Instructions for the task: Show, from the records below, all lines that contain the word "IFCSIUNIT".

*** Opening of Provided records ***

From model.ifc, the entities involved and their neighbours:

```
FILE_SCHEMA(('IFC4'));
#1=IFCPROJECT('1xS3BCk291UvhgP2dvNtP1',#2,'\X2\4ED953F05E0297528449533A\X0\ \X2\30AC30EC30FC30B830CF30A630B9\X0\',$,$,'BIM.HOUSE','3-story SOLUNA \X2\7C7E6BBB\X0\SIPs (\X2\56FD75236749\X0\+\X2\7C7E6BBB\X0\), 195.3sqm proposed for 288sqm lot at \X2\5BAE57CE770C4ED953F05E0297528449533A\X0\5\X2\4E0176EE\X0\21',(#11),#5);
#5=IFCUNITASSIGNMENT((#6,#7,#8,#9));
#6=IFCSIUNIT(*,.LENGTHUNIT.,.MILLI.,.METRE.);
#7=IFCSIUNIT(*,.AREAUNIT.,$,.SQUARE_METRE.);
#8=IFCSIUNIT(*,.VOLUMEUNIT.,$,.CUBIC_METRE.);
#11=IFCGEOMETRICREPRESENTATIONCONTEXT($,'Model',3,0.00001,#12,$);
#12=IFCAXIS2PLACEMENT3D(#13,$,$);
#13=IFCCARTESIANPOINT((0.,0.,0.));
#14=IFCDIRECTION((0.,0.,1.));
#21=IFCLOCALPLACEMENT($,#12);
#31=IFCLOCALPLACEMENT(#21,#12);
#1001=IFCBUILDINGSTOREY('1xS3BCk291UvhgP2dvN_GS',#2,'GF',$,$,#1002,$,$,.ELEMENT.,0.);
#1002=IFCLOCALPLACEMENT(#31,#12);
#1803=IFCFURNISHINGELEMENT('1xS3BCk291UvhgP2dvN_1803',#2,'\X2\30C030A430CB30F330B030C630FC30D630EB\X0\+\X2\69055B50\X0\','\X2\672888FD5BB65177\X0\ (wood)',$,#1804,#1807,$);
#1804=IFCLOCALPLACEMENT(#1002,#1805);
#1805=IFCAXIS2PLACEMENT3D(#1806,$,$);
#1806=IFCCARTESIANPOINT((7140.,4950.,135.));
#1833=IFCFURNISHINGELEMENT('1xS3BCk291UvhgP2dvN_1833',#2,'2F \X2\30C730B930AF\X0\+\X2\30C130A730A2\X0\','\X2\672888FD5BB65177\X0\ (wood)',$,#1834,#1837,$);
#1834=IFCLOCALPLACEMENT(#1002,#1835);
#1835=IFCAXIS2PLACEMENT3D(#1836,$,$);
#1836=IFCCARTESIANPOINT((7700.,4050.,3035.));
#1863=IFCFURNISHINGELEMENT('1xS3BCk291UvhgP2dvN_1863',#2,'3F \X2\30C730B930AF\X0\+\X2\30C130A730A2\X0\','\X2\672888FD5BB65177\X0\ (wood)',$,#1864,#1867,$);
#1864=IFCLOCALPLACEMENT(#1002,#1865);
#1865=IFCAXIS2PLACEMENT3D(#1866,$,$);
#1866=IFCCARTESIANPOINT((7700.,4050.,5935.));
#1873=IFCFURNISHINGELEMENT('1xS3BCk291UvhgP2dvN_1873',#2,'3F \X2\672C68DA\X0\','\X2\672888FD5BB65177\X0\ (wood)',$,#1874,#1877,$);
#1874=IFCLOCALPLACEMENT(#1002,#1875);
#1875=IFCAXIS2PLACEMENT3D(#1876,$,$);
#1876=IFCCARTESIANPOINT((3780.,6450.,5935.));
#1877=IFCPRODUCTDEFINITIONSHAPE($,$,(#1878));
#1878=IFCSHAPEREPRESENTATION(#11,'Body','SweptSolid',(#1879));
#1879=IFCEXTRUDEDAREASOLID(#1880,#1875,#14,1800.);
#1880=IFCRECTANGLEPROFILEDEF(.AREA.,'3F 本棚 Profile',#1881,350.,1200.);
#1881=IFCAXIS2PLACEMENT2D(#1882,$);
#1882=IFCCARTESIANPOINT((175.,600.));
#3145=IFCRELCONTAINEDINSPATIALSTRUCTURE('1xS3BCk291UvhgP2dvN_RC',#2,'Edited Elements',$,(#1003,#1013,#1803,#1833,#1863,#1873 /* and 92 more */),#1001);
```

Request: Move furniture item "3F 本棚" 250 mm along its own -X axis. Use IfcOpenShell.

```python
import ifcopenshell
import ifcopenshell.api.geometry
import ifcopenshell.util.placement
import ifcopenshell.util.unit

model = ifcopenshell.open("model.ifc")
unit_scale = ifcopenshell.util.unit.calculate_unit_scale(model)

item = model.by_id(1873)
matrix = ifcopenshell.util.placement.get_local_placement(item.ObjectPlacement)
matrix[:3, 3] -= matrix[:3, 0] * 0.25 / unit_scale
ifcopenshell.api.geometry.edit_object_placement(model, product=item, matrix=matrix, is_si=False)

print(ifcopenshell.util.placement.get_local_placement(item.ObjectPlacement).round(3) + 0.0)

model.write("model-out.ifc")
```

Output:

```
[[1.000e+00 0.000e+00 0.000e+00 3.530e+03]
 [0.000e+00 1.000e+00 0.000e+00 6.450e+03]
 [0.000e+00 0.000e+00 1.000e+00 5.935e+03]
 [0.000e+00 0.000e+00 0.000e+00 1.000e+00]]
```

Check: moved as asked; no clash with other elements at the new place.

*** Close of Provided records ***

Task result:
#6=IFCSIUNIT(*,.LENGTHUNIT.,.MILLI.,.METRE.);
#7=IFCSIUNIT(*,.AREAUNIT.,$,.SQUARE_METRE.);
#8=IFCSIUNIT(*,.VOLUMEUNIT.,$,.CUBIC_METRE.);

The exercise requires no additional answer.